What is the lifetime of a memoized value in a functional language like Haskell?

一笑奈何 提交于 2019-11-30 06:50:51

Haskell does not automatically memoize function calls, precisely because this would quickly consume tons of memory. If you do memoziation yourself, you get to choose at what scope the function is memoized. For example, let's say you have the fibonacci function defined like this:

fib n = fibs !! n
    where fibs = 0 : 1 : zipWith (+) fibs (tail fibs)

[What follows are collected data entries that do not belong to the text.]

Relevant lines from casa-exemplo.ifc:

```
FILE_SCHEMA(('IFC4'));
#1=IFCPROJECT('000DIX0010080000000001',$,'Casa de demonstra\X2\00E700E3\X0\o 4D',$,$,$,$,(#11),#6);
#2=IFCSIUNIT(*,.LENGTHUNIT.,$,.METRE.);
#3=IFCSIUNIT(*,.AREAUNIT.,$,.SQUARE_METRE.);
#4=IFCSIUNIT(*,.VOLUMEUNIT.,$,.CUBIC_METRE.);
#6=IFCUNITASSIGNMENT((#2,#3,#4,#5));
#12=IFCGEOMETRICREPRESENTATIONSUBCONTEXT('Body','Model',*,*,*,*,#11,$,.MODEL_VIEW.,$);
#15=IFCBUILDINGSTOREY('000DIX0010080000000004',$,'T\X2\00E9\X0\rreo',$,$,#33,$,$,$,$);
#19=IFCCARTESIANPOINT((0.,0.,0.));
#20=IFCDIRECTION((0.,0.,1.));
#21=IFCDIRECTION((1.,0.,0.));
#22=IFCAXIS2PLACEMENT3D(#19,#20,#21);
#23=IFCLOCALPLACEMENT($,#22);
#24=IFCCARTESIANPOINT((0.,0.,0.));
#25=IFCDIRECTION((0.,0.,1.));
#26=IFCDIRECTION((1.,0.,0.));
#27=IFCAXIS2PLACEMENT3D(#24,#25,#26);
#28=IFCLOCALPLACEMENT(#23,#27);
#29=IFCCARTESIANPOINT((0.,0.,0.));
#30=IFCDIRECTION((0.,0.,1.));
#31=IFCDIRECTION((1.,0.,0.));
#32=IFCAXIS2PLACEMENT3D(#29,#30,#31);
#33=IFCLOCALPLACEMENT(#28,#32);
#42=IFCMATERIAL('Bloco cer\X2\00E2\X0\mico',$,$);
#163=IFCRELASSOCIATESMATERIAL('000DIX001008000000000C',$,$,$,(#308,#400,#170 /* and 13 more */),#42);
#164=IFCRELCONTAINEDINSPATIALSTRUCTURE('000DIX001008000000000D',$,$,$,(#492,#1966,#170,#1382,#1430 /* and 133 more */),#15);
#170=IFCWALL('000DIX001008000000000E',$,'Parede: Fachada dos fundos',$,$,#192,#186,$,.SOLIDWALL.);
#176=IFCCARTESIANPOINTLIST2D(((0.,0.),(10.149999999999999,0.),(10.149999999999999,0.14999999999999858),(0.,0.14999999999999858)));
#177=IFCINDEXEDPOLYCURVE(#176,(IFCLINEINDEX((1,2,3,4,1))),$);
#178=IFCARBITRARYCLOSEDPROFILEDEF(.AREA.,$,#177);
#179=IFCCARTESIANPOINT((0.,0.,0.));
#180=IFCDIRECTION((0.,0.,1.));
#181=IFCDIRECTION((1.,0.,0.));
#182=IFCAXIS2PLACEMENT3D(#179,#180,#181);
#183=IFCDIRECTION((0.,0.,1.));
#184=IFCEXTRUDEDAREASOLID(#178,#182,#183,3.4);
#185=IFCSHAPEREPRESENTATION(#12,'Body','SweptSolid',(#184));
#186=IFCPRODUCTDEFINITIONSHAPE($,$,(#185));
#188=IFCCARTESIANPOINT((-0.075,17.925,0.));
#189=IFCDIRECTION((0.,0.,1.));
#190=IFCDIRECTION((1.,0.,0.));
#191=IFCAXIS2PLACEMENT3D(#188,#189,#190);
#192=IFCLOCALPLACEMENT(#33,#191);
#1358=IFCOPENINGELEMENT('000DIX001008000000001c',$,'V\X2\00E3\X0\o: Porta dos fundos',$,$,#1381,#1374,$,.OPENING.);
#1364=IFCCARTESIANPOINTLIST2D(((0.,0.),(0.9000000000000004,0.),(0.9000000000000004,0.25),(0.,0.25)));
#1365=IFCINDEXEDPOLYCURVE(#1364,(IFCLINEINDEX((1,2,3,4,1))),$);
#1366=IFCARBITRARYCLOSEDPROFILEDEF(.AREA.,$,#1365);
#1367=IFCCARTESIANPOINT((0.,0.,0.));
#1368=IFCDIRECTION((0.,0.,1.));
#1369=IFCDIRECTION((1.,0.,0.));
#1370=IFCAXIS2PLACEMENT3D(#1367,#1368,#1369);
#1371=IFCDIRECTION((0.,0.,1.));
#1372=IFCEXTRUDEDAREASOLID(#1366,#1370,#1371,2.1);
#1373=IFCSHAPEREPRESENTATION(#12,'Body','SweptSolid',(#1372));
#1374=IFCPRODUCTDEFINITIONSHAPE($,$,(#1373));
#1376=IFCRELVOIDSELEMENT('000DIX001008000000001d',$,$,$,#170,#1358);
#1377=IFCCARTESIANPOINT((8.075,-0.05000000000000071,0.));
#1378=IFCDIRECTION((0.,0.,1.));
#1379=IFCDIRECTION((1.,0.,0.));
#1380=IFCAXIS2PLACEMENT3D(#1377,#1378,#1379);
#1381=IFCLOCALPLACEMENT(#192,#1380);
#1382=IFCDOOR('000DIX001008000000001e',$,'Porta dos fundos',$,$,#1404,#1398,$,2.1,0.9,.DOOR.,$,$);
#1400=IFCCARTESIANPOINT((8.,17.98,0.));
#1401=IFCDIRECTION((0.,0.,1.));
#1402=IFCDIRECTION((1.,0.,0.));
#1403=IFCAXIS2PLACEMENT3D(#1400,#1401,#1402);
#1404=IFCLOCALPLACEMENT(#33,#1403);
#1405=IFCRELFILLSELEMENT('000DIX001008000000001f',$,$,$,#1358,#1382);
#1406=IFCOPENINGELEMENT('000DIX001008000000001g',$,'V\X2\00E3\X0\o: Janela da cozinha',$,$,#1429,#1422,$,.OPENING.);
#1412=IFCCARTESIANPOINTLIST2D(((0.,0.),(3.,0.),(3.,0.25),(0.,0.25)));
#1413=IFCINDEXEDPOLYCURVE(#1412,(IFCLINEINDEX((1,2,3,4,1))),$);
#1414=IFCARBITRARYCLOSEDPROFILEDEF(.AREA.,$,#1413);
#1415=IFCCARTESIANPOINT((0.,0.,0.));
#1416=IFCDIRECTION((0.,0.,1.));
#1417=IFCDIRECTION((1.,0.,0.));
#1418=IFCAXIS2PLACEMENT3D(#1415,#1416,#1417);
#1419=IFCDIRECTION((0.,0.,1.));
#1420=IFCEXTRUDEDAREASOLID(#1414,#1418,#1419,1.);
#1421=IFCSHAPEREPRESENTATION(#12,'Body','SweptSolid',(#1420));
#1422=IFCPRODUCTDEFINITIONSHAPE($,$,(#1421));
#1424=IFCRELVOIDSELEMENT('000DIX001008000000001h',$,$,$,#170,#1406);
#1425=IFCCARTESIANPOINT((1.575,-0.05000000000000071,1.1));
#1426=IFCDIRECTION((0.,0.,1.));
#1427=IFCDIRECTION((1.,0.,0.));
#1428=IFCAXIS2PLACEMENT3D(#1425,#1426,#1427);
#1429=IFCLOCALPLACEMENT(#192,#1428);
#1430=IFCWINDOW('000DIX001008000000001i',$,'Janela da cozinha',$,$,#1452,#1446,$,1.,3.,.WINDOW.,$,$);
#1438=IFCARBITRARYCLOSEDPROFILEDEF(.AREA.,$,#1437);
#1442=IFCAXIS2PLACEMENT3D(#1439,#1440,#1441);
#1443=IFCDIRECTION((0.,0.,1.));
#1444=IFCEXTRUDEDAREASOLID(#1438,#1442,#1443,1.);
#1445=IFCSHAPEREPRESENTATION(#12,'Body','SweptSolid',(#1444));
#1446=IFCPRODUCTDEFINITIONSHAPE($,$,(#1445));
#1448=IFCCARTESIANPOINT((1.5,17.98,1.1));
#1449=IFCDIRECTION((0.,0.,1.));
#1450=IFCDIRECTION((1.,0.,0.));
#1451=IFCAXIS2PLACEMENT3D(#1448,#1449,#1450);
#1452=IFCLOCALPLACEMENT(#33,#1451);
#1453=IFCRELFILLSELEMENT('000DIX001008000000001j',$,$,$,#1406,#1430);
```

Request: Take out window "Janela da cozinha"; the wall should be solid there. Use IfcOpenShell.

```python
import ifcopenshell
import ifcopenshell.api.feature
import ifcopenshell.api.root
import ifcopenshell.geom
import ifcopenshell.util.shape

model = ifcopenshell.open("casa-exemplo.ifc")
settings = ifcopenshell.geom.settings()


def volume(element):
    """Net volume in cubic metres, openings subtracted."""
    shape = ifcopenshell.geom.create_shape(settings, element)
    return ifcopenshell.util.shape.get_volume(shape.geometry)


window = model.by_guid("000DIX001008000000001i")
opening = window.FillsVoids[0].RelatingOpeningElement
wall = opening.VoidsElements[0].RelatingBuildingElement
before = volume(wall)

ifcopenshell.api.root.remove_product(model, product=window)
ifcopenshell.api.feature.remove_feature(model, feature=opening)

after = volume(wall)

print(f"wall volume {before:.3f} -> {after:.3f} m3")

model.write("casa-exemplo-out.ifc")
```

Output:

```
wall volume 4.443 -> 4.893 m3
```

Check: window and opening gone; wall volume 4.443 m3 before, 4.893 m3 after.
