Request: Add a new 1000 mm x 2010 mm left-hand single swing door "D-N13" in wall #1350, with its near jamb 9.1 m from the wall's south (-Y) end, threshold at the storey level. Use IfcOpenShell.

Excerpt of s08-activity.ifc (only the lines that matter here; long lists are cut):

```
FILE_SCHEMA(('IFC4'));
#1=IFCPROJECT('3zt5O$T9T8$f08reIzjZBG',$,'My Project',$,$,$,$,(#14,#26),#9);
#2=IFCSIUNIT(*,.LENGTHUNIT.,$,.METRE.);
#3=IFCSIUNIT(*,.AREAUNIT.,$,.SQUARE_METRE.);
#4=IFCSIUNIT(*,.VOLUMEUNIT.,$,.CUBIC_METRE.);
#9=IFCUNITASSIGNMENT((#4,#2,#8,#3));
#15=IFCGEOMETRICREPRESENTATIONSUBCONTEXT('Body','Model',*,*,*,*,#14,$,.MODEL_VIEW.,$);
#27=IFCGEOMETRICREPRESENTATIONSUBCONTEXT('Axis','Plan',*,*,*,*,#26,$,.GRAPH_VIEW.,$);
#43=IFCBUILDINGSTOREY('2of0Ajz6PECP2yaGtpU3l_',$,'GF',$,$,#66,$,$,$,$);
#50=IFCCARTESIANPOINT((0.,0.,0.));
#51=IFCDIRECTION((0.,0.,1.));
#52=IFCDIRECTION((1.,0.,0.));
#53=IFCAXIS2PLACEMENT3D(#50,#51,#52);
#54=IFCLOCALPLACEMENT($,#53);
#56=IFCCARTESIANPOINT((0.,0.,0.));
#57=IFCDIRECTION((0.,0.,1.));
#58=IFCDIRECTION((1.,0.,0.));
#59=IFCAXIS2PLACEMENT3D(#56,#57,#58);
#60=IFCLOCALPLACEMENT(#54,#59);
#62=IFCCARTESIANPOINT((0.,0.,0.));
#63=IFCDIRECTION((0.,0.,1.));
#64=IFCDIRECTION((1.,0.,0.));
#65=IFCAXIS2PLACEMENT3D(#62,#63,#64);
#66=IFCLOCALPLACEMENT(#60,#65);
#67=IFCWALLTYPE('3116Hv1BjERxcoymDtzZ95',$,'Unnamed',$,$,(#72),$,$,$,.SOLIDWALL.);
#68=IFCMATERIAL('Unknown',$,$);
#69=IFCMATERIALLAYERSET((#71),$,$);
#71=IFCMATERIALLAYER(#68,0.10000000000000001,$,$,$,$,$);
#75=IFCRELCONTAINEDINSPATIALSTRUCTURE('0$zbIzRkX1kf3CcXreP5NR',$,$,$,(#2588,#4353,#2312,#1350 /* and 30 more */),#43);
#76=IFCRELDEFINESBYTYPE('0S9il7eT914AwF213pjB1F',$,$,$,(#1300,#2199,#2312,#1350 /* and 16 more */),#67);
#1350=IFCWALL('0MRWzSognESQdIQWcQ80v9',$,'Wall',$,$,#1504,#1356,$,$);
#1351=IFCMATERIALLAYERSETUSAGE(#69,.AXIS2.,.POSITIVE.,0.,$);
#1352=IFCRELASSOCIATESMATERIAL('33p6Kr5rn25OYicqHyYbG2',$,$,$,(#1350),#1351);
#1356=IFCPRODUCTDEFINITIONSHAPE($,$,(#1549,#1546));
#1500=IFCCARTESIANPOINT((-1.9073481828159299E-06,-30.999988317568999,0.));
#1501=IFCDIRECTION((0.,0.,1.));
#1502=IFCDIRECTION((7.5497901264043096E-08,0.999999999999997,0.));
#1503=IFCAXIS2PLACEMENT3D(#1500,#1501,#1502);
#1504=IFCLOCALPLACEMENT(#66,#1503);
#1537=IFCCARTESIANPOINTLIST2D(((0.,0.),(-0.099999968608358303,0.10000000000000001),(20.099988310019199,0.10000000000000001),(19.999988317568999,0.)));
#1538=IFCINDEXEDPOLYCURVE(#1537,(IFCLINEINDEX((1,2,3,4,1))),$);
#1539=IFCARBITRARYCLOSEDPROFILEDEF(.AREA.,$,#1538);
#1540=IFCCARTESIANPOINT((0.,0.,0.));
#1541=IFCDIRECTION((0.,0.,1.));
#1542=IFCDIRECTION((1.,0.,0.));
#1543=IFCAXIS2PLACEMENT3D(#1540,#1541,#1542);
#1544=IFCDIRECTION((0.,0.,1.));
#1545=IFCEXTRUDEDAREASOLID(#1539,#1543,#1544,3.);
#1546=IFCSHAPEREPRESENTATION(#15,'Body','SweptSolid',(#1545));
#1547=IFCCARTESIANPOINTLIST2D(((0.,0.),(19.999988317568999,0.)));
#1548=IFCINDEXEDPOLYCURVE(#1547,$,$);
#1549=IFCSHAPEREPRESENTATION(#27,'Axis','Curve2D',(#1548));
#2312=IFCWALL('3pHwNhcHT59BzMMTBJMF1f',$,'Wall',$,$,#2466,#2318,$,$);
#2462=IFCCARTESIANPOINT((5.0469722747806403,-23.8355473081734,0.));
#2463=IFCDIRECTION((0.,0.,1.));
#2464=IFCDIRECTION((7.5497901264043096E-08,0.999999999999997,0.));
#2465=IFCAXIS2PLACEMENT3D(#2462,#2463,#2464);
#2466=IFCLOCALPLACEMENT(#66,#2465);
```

```python
import numpy as np
import ifcopenshell
import ifcopenshell.api.feature
import ifcopenshell.api.geometry
import ifcopenshell.api.root
import ifcopenshell.api.spatial
import ifcopenshell.geom
import ifcopenshell.util.element
import ifcopenshell.util.placement
import ifcopenshell.util.representation
import ifcopenshell.util.shape
import ifcopenshell.util.unit

model = ifcopenshell.open("s08-activity.ifc")
unit_scale = ifcopenshell.util.unit.calculate_unit_scale(model)
settings = ifcopenshell.geom.settings()


def volume(element):
    """Net volume in cubic metres, openings subtracted."""
    shape = ifcopenshell.geom.create_shape(settings, element)
    return ifcopenshell.util.shape.get_volume(shape.geometry)


wall = model.by_guid("0MRWzSognESQdIQWcQ80v9")
storey = ifcopenshell.util.element.get_container(wall, ifc_class="IfcBuildingStorey")
context = ifcopenshell.util.representation.get_context(model, "Model", "Body", "MODEL_VIEW")
before = volume(wall)

width, height, from_end, sill = 1, 2.01, 9.1, 0.0  # metres

# The wall runs along its own X axis, and the end named is its -X end.
wall_shape = ifcopenshell.geom.create_shape(settings, wall)
x, y, z = ifcopenshell.util.shape.get_vertices(wall_shape.geometry).T
start = x.min() + from_end
face, thickness = float(y.min()), float(y.max() - y.min())
wall_matrix = ifcopenshell.util.placement.get_local_placement(wall.ObjectPlacement)
level = ifcopenshell.util.placement.get_local_placement(storey.ObjectPlacement)[2, 3]


def in_wall(x, y):
    """Placement at x, y metres in the wall's axes, at sill height."""
    matrix = wall_matrix.copy()
    matrix[:, 3] = wall_matrix @ np.array([x / unit_scale, y / unit_scale, 0.0, 1.0])
    matrix[2, 3] = level + sill / unit_scale
    return matrix


# Opening: a box that overshoots both wall faces by 50 mm.
opening = ifcopenshell.api.root.create_entity(model, ifc_class="IfcOpeningElement", predefined_type="OPENING")
box = ifcopenshell.api.geometry.add_wall_representation(
    model, context=context, length=width, height=height, thickness=thickness + 0.1
)
ifcopenshell.api.geometry.assign_representation(model, product=opening, representation=box)
ifcopenshell.api.geometry.edit_object_placement(model, product=opening, matrix=in_wall(start, face - 0.05), is_si=False)
ifcopenshell.api.feature.add_feature(model, feature=opening, element=wall)

door = ifcopenshell.api.root.create_entity(model, ifc_class="IfcDoor", name="D-N13", predefined_type="DOOR")
door.OverallWidth, door.OverallHeight = width / unit_scale, height / unit_scale
door.OperationType = "SINGLE_SWING_LEFT"
body = ifcopenshell.api.geometry.add_door_representation(
    model,
    context=context,
    overall_width=door.OverallWidth,
    overall_height=door.OverallHeight,
    operation_type="SINGLE_SWING_LEFT",
    lining_properties={"LiningDepth": thickness / unit_scale, "ThresholdDepth": thickness / unit_scale},
)
ifcopenshell.api.geometry.assign_representation(model, product=door, representation=body)
ifcopenshell.api.spatial.assign_container(model, products=[door], relating_structure=storey)
ifcopenshell.api.feature.add_filling(model, opening=opening, element=door)

# The lining spans the wall, so the door starts at the wall face.
ifcopenshell.api.geometry.edit_object_placement(model, product=door, matrix=in_wall(start, face), is_si=False)

after = volume(wall)

print(f"wall volume {before:.3f} -> {after:.3f} m3")

model.write("s08-activity_edited.ifc")
```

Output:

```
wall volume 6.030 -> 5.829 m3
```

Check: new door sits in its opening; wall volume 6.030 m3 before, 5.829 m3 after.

Here the memoization is only done within one call to fib, whereas if you leave fibs at the top level

fib n = fibs !! n

fibs = 0 : 1 : zipWith (+) fibs (tail fibs)

then the memoized list is kept until the garbage collector can determine that there are no more ways to reach fibs from any part of your program.

My idea is that maybe memoized values are simply "scoped" to something in the program (for example to the current continuation, call stack, etc.), but I was unable to find something practical on the subject.

This is correct. Specifically, when you see something like:

fun x y = let
    a = .....
    b = ....
    c = ....
in ....

or an equivalent where clause, the values a, b and c may not be computed until actually used (or they may be computed right away because the strictness analyser can proove that the values would be evaluated later anyway). But when those values depend on current function parameters (here x and y), the runtime will most likely not remember every combination of x and y and the resulting a, b and c.

Note also, that in a pure language, it is also okay to not remember the values at all - this is only practical insofar as memory is cheaper than CPU time.

So the answer to your question is: there is no such thing as lifetime of intermediary results in Haskell. All one can say is that the evaluated value will be there when needed.